The MPC voted unanimously (6-0) to hike the repo rate by 25bp to 6.25%, a slight surprise to expectations of continuation of the status quo, although the decision was a close call, according to analysts at Nomura.
Key Quotes
“Given domestic inflationary pressures and external risks, the pre-emptive move is the right one, in our view. Despite the rate hike, the RBI retained a “neutral” policy stance, indicating it remains “data dependent” and suggesting to us that it is not embarking on a tightening cycle.”
“The RBI’s policy statement reveals that this course-correction was primarily triggered by the surprise hardening of core inflation in April, and escalation of crude oil prices. In tandem with this policy outlook, the RBI has revised up its CPI inflation forecast to 4.8- 4.9% y-o-y in H1FY19 (from 4.7-5.1%) and its H2 projection to 4.7% (from 4.4%).

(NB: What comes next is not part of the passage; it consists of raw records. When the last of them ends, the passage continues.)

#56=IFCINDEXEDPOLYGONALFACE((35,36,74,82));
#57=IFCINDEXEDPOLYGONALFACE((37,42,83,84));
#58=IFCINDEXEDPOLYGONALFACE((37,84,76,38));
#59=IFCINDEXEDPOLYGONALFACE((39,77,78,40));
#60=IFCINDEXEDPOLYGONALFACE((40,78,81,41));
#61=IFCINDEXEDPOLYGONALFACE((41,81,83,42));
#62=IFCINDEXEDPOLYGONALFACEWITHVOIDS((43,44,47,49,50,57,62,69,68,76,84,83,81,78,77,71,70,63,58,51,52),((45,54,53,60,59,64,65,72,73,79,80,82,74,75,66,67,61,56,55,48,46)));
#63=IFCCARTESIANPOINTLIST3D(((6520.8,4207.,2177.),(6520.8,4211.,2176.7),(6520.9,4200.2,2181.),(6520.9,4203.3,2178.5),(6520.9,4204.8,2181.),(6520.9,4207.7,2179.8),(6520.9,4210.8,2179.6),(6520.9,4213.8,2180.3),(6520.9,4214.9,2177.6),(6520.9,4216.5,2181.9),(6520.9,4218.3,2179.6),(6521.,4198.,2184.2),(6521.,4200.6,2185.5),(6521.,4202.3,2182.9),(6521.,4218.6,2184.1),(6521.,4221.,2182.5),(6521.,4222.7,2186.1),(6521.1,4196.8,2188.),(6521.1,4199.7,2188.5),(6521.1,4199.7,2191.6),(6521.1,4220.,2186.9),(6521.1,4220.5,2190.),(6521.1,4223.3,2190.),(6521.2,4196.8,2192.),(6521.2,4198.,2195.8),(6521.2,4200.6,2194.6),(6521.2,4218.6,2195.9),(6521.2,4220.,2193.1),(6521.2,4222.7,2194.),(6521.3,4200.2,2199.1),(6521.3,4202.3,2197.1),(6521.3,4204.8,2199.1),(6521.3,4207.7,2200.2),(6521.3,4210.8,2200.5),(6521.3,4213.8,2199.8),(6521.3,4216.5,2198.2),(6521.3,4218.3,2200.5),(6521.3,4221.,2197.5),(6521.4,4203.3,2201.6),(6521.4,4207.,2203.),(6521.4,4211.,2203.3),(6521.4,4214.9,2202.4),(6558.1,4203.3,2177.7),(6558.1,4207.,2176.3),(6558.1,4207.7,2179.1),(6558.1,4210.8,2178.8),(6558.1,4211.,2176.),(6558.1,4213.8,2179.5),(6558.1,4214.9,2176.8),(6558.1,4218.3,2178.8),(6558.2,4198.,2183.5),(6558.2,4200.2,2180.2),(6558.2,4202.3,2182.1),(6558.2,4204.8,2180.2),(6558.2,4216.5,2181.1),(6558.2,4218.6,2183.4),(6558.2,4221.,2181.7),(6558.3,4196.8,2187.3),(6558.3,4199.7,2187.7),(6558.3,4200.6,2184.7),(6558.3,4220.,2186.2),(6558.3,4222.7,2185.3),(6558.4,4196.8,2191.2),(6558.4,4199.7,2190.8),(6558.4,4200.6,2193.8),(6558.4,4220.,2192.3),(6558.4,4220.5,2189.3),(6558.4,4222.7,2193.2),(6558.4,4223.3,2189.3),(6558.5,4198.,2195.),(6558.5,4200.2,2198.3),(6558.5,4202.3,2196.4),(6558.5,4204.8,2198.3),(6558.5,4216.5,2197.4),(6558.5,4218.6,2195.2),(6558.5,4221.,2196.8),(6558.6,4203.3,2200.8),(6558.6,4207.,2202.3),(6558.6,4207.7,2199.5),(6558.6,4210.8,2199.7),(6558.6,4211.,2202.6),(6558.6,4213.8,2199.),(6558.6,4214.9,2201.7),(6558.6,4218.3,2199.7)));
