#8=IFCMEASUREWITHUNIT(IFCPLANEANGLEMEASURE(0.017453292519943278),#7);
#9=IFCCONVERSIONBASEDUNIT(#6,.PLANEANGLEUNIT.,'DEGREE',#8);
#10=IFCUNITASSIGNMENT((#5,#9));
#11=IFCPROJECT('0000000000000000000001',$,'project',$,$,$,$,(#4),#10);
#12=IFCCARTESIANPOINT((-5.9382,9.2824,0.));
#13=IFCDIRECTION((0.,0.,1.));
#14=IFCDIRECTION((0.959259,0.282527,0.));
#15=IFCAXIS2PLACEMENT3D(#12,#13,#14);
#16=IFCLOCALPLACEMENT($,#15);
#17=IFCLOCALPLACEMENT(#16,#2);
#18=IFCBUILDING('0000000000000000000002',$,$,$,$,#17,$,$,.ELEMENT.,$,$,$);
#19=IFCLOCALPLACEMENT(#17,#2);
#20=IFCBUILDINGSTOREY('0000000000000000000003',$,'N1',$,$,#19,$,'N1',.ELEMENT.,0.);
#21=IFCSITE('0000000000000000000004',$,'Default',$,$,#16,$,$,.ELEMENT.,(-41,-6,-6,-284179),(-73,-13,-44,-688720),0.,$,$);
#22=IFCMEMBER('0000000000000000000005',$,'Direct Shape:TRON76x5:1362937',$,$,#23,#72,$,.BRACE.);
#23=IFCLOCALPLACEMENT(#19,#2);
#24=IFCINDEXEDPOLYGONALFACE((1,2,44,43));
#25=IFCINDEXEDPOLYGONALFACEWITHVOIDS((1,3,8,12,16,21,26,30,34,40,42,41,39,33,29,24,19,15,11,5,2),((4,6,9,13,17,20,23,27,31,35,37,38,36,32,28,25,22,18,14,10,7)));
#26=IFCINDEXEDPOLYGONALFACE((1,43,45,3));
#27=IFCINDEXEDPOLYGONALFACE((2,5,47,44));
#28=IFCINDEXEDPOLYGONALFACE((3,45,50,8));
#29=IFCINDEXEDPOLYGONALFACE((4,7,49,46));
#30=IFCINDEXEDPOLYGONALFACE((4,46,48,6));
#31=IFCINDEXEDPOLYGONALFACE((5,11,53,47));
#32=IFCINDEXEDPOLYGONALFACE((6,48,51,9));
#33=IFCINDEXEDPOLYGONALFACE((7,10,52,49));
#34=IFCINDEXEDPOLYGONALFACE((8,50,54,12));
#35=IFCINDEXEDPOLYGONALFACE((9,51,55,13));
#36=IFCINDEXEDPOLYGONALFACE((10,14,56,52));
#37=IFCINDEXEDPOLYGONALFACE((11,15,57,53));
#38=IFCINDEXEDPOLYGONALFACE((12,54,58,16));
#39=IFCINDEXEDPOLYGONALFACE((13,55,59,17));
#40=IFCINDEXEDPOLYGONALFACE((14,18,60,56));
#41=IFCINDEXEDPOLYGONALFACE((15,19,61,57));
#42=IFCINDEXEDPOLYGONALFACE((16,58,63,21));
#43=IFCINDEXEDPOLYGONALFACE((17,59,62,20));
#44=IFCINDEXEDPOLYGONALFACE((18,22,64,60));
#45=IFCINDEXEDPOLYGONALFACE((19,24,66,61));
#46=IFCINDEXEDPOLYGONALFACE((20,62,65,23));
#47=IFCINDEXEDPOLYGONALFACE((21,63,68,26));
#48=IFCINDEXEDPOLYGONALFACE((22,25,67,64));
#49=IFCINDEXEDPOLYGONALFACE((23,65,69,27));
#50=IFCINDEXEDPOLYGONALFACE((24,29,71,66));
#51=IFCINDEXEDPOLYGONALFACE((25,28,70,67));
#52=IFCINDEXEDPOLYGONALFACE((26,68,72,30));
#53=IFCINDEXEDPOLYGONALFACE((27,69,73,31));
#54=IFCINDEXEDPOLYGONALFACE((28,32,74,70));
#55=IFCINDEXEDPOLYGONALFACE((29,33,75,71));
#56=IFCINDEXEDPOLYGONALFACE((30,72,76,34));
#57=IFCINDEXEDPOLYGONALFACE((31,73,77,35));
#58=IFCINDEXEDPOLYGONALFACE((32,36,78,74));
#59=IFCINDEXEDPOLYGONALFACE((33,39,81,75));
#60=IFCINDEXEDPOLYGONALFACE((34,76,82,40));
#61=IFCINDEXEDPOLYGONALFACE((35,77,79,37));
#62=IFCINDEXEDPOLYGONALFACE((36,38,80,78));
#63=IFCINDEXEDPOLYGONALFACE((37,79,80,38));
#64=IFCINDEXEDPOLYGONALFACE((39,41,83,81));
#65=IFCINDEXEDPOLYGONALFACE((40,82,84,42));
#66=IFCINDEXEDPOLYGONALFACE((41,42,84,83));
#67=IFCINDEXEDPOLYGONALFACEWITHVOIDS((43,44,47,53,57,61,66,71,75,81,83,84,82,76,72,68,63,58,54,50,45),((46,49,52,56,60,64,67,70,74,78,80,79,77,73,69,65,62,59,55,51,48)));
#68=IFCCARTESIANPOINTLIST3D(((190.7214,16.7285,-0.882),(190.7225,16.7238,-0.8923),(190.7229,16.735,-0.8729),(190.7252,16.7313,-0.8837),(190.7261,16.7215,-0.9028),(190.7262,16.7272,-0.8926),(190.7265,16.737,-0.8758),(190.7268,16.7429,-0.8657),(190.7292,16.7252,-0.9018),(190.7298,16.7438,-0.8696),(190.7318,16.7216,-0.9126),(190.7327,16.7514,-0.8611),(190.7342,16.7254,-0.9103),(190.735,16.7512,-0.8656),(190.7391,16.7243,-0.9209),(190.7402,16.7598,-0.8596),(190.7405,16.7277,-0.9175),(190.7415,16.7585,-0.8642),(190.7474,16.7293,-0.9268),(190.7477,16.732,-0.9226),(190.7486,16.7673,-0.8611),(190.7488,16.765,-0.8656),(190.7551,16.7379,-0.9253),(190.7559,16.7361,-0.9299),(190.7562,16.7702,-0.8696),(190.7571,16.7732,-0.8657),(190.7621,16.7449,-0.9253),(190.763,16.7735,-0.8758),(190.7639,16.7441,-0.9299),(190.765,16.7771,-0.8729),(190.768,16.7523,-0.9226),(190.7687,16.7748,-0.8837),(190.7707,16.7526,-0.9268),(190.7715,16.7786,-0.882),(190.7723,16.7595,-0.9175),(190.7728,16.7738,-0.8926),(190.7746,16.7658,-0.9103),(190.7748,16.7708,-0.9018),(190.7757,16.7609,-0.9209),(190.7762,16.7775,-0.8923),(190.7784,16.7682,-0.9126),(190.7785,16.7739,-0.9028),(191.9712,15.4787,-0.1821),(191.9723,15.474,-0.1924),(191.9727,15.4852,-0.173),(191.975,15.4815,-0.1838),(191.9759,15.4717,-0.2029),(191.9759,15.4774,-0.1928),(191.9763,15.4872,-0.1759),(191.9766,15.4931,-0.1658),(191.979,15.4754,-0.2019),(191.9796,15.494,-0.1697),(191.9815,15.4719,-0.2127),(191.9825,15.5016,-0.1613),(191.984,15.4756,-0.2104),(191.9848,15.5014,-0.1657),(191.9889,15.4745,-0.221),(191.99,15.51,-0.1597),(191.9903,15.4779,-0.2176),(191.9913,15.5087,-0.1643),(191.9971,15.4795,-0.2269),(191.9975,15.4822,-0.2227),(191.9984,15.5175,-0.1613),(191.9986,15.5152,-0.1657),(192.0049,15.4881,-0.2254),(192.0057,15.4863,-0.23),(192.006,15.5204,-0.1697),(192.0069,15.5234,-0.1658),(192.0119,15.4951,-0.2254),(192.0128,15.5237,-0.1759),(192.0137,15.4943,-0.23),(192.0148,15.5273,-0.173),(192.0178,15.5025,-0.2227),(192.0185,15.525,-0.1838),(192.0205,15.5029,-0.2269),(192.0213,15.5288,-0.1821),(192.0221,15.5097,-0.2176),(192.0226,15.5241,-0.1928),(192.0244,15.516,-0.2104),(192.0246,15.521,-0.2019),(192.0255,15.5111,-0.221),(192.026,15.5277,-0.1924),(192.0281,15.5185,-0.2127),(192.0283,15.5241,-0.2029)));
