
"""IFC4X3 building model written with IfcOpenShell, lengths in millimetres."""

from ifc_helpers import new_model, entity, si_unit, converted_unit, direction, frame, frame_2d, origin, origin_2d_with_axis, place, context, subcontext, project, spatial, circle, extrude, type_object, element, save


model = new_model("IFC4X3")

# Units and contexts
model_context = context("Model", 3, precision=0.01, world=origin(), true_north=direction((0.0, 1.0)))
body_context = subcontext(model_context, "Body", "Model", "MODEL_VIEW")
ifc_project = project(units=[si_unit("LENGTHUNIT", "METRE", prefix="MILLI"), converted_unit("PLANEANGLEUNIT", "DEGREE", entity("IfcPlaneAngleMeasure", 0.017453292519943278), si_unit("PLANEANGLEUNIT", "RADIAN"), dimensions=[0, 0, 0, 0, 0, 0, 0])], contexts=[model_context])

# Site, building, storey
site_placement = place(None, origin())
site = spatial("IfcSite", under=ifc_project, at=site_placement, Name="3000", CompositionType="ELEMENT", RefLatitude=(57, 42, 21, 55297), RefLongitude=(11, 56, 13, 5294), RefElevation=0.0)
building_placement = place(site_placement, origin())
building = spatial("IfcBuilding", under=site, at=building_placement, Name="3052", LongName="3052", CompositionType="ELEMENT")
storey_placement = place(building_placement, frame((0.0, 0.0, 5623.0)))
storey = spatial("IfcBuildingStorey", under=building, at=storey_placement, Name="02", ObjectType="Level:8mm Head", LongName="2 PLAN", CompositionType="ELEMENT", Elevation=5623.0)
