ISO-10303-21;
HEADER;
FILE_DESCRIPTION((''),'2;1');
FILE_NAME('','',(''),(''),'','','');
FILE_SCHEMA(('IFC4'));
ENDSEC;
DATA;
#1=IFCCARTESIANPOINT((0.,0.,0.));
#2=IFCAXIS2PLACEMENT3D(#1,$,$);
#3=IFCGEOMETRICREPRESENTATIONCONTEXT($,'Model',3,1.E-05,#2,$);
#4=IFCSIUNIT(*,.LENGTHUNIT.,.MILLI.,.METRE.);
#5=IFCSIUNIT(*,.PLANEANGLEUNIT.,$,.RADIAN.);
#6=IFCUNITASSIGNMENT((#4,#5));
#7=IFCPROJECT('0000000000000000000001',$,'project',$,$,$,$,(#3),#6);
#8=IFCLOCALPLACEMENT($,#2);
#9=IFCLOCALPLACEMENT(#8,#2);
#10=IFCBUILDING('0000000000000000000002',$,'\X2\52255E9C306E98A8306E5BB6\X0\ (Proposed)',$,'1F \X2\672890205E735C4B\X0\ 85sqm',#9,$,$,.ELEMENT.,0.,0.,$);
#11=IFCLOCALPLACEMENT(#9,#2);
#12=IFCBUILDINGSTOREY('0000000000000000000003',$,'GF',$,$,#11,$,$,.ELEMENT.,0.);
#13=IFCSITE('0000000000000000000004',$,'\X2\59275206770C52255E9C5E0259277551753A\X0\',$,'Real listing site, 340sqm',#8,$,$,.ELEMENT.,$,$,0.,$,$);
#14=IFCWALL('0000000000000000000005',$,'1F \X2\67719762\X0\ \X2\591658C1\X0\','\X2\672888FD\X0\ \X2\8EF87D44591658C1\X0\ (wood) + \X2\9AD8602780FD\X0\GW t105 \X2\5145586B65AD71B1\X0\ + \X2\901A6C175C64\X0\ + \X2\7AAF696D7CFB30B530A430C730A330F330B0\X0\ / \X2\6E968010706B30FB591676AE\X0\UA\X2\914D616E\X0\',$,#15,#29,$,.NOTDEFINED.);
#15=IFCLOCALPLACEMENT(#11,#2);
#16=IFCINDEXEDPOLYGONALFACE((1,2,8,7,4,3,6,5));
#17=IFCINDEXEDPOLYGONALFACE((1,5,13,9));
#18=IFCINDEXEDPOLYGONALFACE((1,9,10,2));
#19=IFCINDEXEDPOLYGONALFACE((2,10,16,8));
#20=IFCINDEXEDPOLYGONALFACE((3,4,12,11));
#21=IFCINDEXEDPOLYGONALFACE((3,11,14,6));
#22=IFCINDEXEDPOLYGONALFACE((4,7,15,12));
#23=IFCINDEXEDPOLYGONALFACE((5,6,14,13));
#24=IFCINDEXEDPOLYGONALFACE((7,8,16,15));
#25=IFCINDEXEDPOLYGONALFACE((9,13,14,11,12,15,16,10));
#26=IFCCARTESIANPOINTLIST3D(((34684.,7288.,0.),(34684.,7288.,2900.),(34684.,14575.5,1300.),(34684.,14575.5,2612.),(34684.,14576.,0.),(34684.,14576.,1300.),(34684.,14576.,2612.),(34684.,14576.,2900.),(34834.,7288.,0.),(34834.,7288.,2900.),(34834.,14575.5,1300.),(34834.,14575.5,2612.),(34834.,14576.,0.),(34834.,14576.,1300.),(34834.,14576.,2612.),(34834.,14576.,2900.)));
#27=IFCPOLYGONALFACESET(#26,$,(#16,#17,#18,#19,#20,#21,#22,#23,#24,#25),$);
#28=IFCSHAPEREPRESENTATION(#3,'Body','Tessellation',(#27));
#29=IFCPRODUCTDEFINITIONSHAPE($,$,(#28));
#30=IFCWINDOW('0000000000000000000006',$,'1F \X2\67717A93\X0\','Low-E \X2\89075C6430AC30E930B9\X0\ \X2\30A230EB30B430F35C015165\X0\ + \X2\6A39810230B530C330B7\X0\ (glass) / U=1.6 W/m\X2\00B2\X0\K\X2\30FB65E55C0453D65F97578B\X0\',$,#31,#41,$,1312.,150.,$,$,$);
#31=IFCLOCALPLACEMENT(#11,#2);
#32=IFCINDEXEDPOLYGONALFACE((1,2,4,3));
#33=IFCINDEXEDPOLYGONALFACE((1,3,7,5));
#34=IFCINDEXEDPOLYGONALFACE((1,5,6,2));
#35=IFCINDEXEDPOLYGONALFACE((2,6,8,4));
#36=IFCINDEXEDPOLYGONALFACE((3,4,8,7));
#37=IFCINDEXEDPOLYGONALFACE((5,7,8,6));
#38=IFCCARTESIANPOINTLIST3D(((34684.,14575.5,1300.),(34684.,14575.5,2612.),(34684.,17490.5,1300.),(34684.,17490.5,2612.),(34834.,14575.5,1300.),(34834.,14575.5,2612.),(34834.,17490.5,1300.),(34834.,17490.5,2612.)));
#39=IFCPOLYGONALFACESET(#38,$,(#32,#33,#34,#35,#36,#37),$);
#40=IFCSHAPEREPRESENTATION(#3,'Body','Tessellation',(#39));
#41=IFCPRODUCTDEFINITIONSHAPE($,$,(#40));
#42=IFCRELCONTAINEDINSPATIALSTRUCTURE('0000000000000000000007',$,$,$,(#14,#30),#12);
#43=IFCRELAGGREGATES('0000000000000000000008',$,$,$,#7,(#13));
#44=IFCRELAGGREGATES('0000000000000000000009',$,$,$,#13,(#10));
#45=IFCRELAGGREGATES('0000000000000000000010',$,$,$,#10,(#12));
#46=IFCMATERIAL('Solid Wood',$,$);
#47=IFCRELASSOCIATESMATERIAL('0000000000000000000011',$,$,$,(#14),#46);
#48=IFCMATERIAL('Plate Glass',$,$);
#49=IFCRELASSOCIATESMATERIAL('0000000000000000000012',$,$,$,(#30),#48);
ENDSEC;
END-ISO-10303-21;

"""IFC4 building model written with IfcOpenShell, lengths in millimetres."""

from ifc_helpers import new_model, si_unit, frame, frame_2d, origin, place, context, project, spatial, rectangle, extrude, material, element, fill, save


model = new_model("IFC4")

# Units and contexts
model_context = context("Model", 3, precision=1e-05, world=origin())
ifc_project = project(units=[si_unit("LENGTHUNIT", "METRE", prefix="MILLI"), si_unit("PLANEANGLEUNIT", "RADIAN")], contexts=[model_context])

# Site, building, storey
site_placement = place(None, origin())
site = spatial("IfcSite", under=ifc_project, at=site_placement, Name="大分県別府市大畑町", ObjectType="Real listing site, 340sqm", CompositionType="ELEMENT", RefElevation=0.0)
building_placement = place(site_placement, origin())
building = spatial("IfcBuilding", under=site, at=building_placement, Name="別府の風の家 (Proposed)", ObjectType="1F 木造平屋 85sqm", CompositionType="ELEMENT", ElevationOfRefHeight=0.0, ElevationOfTerrain=0.0)
storey_placement = place(building_placement, origin())
storey = spatial("IfcBuildingStorey", under=building, at=storey_placement, Name="GF", CompositionType="ELEMENT", Elevation=0.0)

# Shared definitions
ifc_material_1 = material(Name="Solid Wood")

# Wall, opening, window
wall_1_placement = place(storey_placement, frame((17342.0, 3644.0, 0.0)))
wall_1 = element("IfcWall", 1, at=wall_1_placement, inside=storey, material=ifc_material_1, Name="1F 東面 外壁", Description="木製 軸組外壁 (wood) + 高性能GW t105 充填断熱 + 通気層 + 窯業系サイディング / 準耐火・外皮UA配慮", PredefinedType="NOTDEFINED", context=model_context, shape_type="SweptSolid", body=[
    extrude(rectangle(XDim=150.0, YDim=7288.0, at=frame_2d((75.0, 3644.0))), frame((17342.0, 3644.0, 0.0)), (0.0, 0.0, 1.0), 2900.0),
])
opening_placement = place(storey_placement, frame((17342.0, 7288.0, 650.0)))
opening = element("IfcOpeningElement", 2, at=opening_placement, cuts=wall_1, PredefinedType="NOTDEFINED", context=model_context, shape_type="SweptSolid", body=[
    extrude(rectangle(XDim=150.0, YDim=2915.0, at=frame_2d((75.0, 1457.0))), frame((17342.0, 7288.0, 650.0)), (0.0, 0.0, 1.0), 1312.0),
])
ifc_material_2 = material(Name="Plate Glass")
window_1_placement = place(storey_placement, frame((17342.0, 7288.0, 650.0)))
window_1 = element("IfcWindow", 3, at=window_1_placement, inside=storey, material=ifc_material_2, Name="1F 東窓", Description="Low-E 複層ガラス アルゴン封入 + 樹脂サッシ (glass) / U=1.6 W/m²K・日射取得型", OverallHeight=1312.0, OverallWidth=150.0, context=model_context, shape_type="SweptSolid", body=[
    extrude(rectangle(XDim=150.0, YDim=2915.0, at=frame_2d((75.0, 1457.0))), frame((17342.0, 7288.0, 650.0)), (0.0, 0.0, 1.0), 1312.0),
])
fill(opening, window_1)

save(model, "model.ifc")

While the GDP growth projection has been retained at 7.4% for FY19, (year-ending March 2019), the H1 projection has been raised to 7.5-7.6% (from 7.3-7.4% previously) and the H2 projection tightened to 7.3-7.4% (from 7.3-7.6%), with risks evenly balanced.”

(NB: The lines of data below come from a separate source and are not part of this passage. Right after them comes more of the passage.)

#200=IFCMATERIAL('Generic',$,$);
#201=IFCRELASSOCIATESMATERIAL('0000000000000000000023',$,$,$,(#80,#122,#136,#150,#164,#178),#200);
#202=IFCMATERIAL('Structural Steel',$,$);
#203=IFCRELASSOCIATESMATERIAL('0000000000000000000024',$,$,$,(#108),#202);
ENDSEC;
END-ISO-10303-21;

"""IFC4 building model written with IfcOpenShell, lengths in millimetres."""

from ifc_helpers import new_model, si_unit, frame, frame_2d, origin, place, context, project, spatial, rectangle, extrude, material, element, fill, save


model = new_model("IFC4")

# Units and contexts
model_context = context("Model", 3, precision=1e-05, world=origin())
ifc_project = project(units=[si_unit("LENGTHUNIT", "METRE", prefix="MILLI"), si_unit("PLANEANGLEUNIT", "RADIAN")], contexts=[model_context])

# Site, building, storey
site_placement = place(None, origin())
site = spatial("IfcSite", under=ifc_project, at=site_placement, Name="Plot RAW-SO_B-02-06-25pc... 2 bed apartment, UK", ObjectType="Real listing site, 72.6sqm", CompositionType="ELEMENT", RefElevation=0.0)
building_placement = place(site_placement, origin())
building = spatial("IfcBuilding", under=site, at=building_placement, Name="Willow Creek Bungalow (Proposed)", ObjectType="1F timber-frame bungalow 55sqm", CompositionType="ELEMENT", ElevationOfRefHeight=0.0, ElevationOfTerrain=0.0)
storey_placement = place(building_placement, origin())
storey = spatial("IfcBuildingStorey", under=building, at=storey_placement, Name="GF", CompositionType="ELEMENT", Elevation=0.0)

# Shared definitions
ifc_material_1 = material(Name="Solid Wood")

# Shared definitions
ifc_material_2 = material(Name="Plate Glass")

“While the hike has come earlier than expected, we still expect another 25bp hike at the 1 August policy review meeting, followed by continuation of the status quo. Growth and inflation are still heading higher, which should result in further front-loaded policy tightening. However, we expect recent tightening of financial conditions and higher oil prices to slow growth in H2 FY19 and hence see rates on hold after August. In our view, the RBI will need to consider tightening beyond this stage if oil prices move above $80/bbl sustainably, if the government embarks on populist policies ahead of elections that entail fiscal slippage, and if balance-of-payments pressures re-emerge.”
“Our confidence in INR is strengthened after this hike. Positivity comes from INR valuations, stabilisation of global risk conditions, lower oil prices, a significant unwinding of foreign investor bond and equity positioning, and ample FX reserves. Rates strategy: We expect the market to continue pricing in a more-than-50% probability of a hike in August while the RBI’s neutral stance will make it difficult to reprice terminal rate expectations significantly from current levels. This supports flatter curves in our view. On bonds, we suggest maintaining a neutral to modest underweight stance.”